_About this task:_ Match the string "Screed" against each line below, and copy every line that matches.

_Source records:_
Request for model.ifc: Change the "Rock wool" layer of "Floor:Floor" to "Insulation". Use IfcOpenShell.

First a look at what the model holds.

```python
import ifcopenshell
import ifcopenshell.util.element

model = ifcopenshell.open("model.ifc")
print(model.schema)
for layer_set in model.by_type("IfcMaterialLayerSet"):
    if layer_set.LayerSetName == "Floor:Floor":
        for layer in layer_set.MaterialLayers:
            print(layer.id(), layer.Material and layer.Material.Name, layer.LayerThickness, sep=" | ")
        print(len(ifcopenshell.util.element.get_elements_by_material(model, layer_set)), "elements and types use it")
print(sorted(m.Name for m in model.by_type("IfcMaterial") if m.Name)[:60])
```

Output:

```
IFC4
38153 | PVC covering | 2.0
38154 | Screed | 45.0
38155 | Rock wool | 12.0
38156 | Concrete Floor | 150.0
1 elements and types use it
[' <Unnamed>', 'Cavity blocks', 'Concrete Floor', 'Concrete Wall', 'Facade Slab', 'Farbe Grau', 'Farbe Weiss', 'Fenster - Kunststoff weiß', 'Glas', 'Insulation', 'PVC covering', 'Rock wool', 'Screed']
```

```python
import ifcopenshell
import ifcopenshell.api.material

model = ifcopenshell.open("model.ifc")

layer_set = next(s for s in model.by_type("IfcMaterialLayerSet") if s.LayerSetName == "Floor:Floor")
layer = next(l for l in layer_set.MaterialLayers if l.Material and l.Material.Name == "Rock wool")
material = next(m for m in model.by_type("IfcMaterial") if m.Name == "Insulation")

# Point this one layer at the other material; renaming the old one would change it everywhere.
ifcopenshell.api.material.edit_layer(model, layer=layer, attributes={}, material=material)

print([l.Material.Name if l.Material else None for l in layer_set.MaterialLayers])

model.write("model_edited.ifc")
```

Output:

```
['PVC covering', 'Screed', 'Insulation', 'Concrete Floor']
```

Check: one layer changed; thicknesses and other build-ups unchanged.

_Task result:_
38154 | Screed | 45.0
[' <Unnamed>', 'Cavity blocks', 'Concrete Floor', 'Concrete Wall', 'Facade Slab', 'Farbe Grau', 'Farbe Weiss', 'Fenster - Kunststoff weiß', 'Glas', 'Insulation', 'PVC covering', 'Rock wool', 'Screed']
['PVC covering', 'Screed', 'Insulation', 'Concrete Floor']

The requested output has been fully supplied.